L'implacable général serbe de Bosnie Ratko Mladic répond mercredi pour génocide devant le TPIY. Mais dans les Balkans ravagés par les conflits des années 1990, ses troupes et leurs anciens ennemis mènent désormais un autre combat, celui pour la paix et la réconciliation.
Réunis récemment à Sarajevo sous le mot d'ordre "En première ligne durant la guerre, en première ligne pour la paix", des représentants de trois organisations d'anciens combattants -une de Serbie, une de Bosnie et une de Croatie qui regroupent environ 25.000 membres - affirment oeuvrer pour éviter à jamais les horreurs du passé.
Les conflits dans l'ex-Yougoslavie ont fait plus de 130.000 morts et plus de trois millions de réfugiés ou de personnes déplacées.
"Tout ce qui s'est passé était une énorme bêtise.
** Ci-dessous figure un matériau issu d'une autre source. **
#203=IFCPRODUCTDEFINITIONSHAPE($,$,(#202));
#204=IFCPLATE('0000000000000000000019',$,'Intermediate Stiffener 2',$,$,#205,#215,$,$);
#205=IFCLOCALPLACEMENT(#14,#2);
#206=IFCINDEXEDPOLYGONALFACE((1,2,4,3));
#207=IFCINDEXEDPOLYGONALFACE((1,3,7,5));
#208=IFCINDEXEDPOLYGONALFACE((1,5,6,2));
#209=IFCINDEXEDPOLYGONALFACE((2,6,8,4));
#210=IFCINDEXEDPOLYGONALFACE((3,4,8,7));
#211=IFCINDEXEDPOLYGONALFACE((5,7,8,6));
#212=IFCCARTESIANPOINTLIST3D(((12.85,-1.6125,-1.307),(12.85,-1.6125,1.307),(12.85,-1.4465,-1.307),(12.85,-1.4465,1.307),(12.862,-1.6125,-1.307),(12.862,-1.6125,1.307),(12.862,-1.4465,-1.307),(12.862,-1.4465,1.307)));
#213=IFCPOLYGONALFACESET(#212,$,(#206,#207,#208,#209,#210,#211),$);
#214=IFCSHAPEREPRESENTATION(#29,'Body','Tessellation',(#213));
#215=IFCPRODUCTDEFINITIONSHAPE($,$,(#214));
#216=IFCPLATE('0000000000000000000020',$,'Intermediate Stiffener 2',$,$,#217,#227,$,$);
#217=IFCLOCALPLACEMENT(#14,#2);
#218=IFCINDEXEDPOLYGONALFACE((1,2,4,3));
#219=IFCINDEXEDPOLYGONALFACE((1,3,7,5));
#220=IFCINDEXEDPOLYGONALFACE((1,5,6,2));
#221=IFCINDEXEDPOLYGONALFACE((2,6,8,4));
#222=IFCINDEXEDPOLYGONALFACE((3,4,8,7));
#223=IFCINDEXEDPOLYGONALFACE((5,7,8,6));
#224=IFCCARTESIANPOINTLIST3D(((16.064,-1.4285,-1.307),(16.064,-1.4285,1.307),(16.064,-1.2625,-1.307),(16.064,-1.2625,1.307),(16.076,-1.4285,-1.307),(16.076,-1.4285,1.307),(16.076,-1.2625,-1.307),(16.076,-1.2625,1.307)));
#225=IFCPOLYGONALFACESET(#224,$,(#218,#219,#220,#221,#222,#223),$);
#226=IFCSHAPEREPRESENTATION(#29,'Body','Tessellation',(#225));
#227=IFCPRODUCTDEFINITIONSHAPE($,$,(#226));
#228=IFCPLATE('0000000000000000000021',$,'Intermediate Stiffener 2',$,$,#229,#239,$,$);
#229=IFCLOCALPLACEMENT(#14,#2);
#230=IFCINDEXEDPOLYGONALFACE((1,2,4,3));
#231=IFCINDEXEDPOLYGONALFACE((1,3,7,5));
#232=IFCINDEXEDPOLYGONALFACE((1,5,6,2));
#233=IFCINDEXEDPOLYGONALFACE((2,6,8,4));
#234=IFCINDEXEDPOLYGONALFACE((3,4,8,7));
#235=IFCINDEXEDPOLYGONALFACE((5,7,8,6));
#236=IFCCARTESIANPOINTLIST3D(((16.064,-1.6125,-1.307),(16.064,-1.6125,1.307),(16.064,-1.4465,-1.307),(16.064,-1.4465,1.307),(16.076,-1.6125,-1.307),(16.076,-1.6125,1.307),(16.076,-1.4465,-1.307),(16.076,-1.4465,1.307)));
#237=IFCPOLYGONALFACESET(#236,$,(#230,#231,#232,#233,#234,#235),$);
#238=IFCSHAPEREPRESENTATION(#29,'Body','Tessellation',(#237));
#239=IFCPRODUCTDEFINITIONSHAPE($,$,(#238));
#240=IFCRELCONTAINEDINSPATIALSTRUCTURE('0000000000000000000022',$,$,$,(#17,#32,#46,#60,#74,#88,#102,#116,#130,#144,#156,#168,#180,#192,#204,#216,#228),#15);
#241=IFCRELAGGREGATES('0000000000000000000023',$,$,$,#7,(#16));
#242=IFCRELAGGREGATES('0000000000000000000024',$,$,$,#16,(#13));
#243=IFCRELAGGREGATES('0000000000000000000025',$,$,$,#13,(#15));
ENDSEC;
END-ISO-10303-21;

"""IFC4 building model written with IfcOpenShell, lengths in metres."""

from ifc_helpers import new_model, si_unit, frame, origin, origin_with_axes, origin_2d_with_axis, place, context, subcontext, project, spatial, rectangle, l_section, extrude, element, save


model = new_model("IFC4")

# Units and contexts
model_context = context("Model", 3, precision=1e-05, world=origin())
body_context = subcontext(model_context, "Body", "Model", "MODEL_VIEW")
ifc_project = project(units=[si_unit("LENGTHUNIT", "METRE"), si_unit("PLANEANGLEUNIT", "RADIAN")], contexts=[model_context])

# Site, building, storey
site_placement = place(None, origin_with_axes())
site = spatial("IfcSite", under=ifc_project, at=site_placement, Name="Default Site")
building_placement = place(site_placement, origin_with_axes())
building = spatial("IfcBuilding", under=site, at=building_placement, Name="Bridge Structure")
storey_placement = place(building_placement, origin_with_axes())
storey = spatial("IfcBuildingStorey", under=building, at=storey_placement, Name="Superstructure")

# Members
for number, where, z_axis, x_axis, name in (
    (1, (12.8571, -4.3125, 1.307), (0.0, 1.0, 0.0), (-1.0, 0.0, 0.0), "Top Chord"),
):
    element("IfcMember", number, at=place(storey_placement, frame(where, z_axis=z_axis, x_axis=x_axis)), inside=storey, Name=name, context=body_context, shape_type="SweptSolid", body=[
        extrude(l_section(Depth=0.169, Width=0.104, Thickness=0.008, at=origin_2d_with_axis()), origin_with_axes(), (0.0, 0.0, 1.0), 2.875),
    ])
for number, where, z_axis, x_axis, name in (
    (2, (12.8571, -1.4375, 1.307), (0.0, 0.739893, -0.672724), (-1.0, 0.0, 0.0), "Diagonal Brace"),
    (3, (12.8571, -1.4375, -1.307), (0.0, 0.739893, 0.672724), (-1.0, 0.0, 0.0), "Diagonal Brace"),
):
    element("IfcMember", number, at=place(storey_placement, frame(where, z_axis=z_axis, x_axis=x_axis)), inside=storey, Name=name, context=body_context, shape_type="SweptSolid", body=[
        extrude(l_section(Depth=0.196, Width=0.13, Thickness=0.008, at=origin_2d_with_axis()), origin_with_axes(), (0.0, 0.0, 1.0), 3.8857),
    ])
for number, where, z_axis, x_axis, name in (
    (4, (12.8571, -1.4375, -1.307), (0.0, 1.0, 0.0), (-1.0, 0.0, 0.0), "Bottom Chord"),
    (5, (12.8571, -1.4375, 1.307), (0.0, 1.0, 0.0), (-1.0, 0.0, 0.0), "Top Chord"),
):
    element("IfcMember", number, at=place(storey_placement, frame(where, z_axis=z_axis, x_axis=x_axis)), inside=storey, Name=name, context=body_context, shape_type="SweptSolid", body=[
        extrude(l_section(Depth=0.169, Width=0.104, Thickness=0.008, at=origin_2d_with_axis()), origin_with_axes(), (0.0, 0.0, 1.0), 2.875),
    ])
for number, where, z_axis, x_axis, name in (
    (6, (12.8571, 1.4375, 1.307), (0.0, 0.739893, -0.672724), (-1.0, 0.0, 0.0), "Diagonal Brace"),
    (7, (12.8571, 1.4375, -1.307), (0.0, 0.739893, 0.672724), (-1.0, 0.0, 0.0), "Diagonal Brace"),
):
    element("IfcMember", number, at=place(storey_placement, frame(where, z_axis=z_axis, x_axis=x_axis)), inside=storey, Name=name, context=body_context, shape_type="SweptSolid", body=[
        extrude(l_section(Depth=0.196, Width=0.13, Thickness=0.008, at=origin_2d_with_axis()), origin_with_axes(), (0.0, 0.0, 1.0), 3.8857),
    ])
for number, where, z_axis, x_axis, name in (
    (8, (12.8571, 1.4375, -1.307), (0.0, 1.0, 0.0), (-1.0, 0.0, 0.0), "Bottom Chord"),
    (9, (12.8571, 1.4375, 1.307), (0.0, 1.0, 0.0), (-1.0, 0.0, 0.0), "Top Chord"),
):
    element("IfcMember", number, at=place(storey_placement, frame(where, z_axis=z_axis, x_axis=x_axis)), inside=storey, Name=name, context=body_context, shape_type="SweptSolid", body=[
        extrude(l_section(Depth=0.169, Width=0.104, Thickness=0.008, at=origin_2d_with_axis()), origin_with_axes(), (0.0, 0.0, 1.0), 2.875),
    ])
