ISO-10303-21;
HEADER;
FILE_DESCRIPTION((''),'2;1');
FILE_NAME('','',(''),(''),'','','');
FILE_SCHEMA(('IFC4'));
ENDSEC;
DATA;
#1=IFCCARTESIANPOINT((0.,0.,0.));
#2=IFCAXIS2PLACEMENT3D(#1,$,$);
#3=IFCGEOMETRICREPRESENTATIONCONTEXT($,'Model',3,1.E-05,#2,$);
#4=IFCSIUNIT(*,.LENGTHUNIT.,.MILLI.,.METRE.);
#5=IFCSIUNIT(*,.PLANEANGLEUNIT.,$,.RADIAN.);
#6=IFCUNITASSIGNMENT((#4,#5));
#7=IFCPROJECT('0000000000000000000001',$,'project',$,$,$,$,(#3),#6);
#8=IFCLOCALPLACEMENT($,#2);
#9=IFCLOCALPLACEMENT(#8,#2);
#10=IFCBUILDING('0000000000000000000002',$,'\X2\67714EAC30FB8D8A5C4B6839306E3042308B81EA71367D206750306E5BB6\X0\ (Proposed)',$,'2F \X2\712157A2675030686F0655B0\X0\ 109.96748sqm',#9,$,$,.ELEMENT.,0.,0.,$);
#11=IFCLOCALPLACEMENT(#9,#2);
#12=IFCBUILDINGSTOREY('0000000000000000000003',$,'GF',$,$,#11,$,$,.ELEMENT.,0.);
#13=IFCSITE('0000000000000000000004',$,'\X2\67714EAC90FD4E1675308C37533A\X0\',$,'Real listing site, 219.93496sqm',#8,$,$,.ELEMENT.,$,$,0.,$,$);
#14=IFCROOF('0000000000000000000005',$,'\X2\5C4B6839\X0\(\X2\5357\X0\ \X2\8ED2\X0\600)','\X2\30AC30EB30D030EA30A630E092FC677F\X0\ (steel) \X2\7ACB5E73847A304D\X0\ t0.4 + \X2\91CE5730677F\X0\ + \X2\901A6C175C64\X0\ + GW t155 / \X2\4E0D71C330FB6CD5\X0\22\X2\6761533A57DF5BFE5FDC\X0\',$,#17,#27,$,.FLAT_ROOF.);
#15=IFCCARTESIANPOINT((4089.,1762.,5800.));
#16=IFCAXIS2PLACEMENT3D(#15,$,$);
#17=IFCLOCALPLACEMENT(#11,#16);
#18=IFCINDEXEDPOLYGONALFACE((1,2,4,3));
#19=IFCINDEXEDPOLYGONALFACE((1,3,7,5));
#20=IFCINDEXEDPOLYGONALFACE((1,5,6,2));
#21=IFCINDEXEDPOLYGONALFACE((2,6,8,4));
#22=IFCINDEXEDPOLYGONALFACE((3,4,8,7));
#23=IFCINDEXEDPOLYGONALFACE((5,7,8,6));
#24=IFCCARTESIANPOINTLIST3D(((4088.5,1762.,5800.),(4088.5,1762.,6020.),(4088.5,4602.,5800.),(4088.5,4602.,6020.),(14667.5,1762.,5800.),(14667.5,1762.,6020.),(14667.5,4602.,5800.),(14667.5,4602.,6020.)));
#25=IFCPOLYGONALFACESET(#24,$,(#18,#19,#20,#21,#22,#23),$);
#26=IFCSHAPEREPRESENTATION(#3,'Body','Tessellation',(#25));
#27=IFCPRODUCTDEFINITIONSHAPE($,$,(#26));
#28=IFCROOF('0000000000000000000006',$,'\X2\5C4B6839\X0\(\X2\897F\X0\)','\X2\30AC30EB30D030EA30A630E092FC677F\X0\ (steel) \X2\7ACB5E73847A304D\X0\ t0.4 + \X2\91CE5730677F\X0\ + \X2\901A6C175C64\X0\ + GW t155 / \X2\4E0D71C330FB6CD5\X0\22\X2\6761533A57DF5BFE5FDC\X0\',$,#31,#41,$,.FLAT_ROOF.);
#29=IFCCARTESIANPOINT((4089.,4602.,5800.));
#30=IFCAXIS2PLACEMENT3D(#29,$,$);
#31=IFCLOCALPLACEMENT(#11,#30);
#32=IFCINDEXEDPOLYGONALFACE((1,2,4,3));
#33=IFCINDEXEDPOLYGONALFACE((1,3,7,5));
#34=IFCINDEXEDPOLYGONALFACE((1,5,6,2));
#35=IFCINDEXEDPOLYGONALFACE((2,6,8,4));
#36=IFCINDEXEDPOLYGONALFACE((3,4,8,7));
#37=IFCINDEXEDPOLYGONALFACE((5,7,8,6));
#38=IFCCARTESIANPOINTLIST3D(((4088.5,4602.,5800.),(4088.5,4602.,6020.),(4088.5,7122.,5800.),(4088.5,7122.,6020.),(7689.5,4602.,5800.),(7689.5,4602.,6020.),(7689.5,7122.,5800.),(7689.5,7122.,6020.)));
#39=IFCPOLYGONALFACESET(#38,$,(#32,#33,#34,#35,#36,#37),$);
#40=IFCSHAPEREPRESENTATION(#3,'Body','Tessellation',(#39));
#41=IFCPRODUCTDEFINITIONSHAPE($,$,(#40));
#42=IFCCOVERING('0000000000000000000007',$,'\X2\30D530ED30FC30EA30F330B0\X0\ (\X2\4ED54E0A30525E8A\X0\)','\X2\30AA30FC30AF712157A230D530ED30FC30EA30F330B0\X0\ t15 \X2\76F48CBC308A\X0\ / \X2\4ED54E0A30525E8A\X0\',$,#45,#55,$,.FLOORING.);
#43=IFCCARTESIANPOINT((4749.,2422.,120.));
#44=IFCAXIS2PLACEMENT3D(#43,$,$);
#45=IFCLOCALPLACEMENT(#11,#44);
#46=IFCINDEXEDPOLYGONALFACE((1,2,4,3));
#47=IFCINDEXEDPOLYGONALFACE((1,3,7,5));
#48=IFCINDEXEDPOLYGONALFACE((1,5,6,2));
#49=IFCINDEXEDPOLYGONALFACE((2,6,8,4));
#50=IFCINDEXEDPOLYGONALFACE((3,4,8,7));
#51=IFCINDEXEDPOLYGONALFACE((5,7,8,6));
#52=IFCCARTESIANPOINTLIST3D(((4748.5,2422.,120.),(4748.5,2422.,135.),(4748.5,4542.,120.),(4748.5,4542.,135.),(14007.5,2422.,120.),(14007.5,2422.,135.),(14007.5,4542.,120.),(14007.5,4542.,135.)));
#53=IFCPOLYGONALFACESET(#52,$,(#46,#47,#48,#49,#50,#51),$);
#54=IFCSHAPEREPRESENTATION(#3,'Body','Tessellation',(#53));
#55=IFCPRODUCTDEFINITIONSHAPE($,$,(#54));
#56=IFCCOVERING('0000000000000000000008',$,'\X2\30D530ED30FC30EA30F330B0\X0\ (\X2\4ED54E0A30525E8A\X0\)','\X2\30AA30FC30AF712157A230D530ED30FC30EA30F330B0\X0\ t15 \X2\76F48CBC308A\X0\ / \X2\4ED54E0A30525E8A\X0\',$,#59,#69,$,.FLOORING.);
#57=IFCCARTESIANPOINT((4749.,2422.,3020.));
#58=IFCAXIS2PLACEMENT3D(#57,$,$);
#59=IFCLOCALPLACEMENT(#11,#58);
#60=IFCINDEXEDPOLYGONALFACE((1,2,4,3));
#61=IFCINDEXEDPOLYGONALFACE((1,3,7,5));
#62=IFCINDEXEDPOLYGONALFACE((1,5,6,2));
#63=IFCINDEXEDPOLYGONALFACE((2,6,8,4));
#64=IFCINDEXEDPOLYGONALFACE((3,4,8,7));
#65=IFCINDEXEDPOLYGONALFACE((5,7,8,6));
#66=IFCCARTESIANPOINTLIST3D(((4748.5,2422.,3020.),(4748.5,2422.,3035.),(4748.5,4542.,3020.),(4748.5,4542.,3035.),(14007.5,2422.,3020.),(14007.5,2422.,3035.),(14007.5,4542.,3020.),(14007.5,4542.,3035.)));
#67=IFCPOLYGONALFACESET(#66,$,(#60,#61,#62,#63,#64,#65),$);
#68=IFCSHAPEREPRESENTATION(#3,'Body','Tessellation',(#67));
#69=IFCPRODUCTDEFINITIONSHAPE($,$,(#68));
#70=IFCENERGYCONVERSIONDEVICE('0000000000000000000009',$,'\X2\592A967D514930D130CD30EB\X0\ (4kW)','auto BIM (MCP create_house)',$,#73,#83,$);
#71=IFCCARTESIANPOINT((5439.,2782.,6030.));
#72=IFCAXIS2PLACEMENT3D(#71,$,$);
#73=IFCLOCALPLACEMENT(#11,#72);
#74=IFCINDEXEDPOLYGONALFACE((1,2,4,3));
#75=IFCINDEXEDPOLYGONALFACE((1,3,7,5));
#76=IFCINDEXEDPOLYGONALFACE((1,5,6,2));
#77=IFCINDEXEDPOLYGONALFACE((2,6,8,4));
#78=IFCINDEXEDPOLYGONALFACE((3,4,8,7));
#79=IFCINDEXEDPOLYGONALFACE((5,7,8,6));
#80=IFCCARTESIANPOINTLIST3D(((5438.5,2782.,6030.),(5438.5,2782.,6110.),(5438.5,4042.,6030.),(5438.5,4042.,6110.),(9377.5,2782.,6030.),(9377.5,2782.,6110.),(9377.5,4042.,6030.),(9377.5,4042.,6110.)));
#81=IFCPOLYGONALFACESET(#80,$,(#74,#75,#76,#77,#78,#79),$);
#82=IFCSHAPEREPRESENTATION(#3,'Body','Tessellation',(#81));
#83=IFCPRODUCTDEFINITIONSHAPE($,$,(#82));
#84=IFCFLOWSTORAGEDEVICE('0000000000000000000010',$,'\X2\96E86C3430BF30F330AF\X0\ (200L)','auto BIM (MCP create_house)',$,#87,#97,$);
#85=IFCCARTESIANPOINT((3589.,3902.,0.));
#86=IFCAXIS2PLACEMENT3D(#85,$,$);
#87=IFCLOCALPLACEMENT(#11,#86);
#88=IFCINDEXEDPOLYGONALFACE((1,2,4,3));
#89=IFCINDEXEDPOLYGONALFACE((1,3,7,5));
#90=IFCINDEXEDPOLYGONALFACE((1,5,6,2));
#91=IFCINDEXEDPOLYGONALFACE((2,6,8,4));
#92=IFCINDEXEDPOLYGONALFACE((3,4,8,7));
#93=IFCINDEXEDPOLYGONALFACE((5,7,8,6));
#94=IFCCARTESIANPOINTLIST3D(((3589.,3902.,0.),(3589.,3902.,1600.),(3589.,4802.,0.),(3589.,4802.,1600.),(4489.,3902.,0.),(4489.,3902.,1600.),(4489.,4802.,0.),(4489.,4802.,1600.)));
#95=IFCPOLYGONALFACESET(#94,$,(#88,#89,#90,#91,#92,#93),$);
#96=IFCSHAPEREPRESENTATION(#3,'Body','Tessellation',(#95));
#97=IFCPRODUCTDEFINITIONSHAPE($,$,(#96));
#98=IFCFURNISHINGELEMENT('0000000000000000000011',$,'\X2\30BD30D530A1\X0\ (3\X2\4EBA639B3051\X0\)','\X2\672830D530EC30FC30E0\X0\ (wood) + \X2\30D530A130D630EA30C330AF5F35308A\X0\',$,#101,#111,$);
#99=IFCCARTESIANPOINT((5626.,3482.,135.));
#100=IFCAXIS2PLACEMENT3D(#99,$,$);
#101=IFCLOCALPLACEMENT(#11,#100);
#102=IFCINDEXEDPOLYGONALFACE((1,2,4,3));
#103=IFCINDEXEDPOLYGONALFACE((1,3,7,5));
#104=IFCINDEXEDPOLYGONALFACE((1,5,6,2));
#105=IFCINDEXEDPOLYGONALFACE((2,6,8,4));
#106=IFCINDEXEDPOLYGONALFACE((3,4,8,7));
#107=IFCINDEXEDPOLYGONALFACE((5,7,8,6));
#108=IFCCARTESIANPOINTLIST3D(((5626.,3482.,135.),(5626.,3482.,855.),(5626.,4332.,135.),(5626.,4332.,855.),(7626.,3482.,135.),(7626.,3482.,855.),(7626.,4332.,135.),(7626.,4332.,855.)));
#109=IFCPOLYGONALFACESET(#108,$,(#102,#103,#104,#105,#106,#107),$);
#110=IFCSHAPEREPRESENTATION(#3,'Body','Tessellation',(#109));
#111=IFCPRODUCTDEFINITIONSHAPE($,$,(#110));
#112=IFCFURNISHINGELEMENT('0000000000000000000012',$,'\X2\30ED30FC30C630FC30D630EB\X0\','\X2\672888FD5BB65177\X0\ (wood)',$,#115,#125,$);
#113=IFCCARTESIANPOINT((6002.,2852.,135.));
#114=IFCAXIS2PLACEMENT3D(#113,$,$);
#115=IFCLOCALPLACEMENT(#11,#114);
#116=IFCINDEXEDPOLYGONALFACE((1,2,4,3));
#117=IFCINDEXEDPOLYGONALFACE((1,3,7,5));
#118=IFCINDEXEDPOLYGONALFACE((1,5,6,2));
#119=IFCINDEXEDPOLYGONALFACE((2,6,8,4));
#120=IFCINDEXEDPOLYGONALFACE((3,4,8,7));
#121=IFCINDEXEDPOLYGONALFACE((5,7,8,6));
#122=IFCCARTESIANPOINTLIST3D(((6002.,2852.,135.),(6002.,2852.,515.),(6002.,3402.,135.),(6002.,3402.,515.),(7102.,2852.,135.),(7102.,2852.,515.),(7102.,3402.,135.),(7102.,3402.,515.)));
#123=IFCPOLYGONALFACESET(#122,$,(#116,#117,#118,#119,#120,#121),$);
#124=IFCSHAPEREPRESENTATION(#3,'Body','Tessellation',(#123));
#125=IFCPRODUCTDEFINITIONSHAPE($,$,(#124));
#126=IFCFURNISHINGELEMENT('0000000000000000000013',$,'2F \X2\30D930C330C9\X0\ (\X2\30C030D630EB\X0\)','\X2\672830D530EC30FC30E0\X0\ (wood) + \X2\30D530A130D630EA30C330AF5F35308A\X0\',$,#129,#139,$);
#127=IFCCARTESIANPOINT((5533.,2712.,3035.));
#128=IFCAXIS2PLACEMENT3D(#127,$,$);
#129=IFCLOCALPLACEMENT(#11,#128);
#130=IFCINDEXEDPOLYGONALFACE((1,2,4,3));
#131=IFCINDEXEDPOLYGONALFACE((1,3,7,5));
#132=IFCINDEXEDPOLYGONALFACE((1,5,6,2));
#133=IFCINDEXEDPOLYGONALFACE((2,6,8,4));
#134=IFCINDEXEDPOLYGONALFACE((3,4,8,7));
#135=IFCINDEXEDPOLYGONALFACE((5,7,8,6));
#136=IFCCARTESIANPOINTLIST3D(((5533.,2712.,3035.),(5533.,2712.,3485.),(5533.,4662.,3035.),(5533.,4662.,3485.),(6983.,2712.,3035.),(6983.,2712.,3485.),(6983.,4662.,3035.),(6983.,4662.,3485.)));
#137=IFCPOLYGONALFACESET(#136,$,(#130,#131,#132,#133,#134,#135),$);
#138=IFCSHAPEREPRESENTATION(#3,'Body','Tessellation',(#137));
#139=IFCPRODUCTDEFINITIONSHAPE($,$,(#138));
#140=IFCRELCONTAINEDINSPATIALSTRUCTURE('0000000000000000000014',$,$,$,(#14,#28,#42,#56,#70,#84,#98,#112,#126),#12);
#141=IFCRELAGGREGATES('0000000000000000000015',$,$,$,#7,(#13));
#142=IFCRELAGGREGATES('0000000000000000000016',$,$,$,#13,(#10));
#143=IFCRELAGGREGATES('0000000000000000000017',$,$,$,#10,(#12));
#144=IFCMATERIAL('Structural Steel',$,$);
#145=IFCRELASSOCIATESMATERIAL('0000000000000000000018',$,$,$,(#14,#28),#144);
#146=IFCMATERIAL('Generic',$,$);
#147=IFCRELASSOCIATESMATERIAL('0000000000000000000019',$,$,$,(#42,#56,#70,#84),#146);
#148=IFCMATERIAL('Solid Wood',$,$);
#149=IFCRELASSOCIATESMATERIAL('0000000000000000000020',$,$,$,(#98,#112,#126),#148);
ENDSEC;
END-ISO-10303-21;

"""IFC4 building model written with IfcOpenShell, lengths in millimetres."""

from ifc_helpers import new_model, si_unit, frame, frame_2d, origin, place, context, project, spatial, rectangle, extrude, material, element, save


model = new_model("IFC4")

# Units and contexts
model_context = context("Model", 3, precision=1e-05, world=origin())
ifc_project = project(units=[si_unit("LENGTHUNIT", "METRE", prefix="MILLI"), si_unit("PLANEANGLEUNIT", "RADIAN")], contexts=[model_context])

# Site, building, storey
site_placement = place(None, origin())
site = spatial("IfcSite", under=ifc_project, at=site_placement, Name="東京都世田谷区", ObjectType="Real listing site, 219.93496sqm", CompositionType="ELEMENT", RefElevation=0.0)
building_placement = place(site_placement, origin())
building = spatial("IfcBuilding", under=site, at=building_placement, Name="東京・越屋根のある自然素材の家 (Proposed)", ObjectType="2F 無垢材と漆喰 109.96748sqm", CompositionType="ELEMENT", ElevationOfRefHeight=0.0, ElevationOfTerrain=0.0)
storey_placement = place(building_placement, origin())
storey = spatial("IfcBuildingStorey", under=building, at=storey_placement, Name="GF", CompositionType="ELEMENT", Elevation=0.0)

# Shared definitions
ifc_material_1 = material(Name="Solid Wood")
Nous avons tous beaucoup perdu", reconnaît le président d'une association bosnienne d'anciens combattants, Narcis Misanovic.
Résumant l'opinion générale, Narcis explique: "Nous pouvons utiliser notre statut de héros, chacun auprès de nos concitoyens, pour éviter à nos enfants et aux générations futures de vivre ce que nous avons vécu".
Timides, ils ont réussi à briser les préjugés en établissant des contacts sporadiques il y a quelques années via une ONG locale, avant de réaliser récemment qu'ils n'ont plus besoin d'être chaperonnés.
Loin des projecteurs des médias, accueillie par le restaurant Knez dans la partie serbe de Sarajevo, la réunion se déroule dans une ambiance joviale.
"Ljuban et moi, on a tiré l'un sur l'autre en Slavonie, pendant la guerre" de Croatie (1991-95), dit le Croate Djuro Pejak, en pointant vers son désormais-camarade serbe, Ljuban Volas, qui sourit en signe de confirmation.
"On était sur la même ligne de front et maintenant on est assis autour de la même table", poursuit-il.
Zeljko Vukelic, président de l'association serbe, explique ce qui unit les participants: "Nous avons tous été des soldats honnêtes (...) nous n'avons pas fait la guerre pour violer, piller ou abuser. C'est pour cela que je peux parler aux gens à Zagreb, à Sarajevo ou ailleurs", souligne-t-il.
Zeljko dit espérer que le procès de Ratko Mladic, inculpé de génocide pour son rôle dans le conflit bosnien (1992-95) contribuera à la réconciliation.
"Je m'attends à ce que la vérité soit établie quel que soit le verdict, même s'il est douloureux" pour ceux des Serbes qui considèrent encore Mladic comme un héros, ajoute-t-il.
Le réseau prévoit la mise en oeuvre d'ateliers où les ex-combattants pourraient parler de leurs expériences surtout aux jeunes, qui ont grandi entourés d'histoires de haine et d'intolérance.
"Nous, nous sommes tous devenus amis et on se rend visite", assure Zeljko.
"Nous parlons de la guerre aussi et de ce qui s'y est passé. Il y a des choses sur lesquelles on ne peut pas être d'accord, mais nous continuons, c'est ça la tolérance", ajoute-t-il.
Les anciens combattants comptent également rassembler des informations pour aider les autorités à élucider le sort des quelque 10.000 personnes toujours portées disparues.
Mais le manque d'argent fait obstacle au développement de leur mouvement, les autorités faisant la sourde oreille à leurs demandes de soutien.
"Il n'existe pas une vraie volonté politique pour la réconciliation dans la région. Les hommes politiques ne le font qu'au niveau déclaratif car ils sont poussés par la communauté internationale", déplore Narcis.
Les membres du réseau sont néanmoins résolus à continuer. Le prochain rendez-vous est prévu en Croatie "lorsqu'on réussira à réunir l'argent nécessaire pour la logistique", explique Zeljko.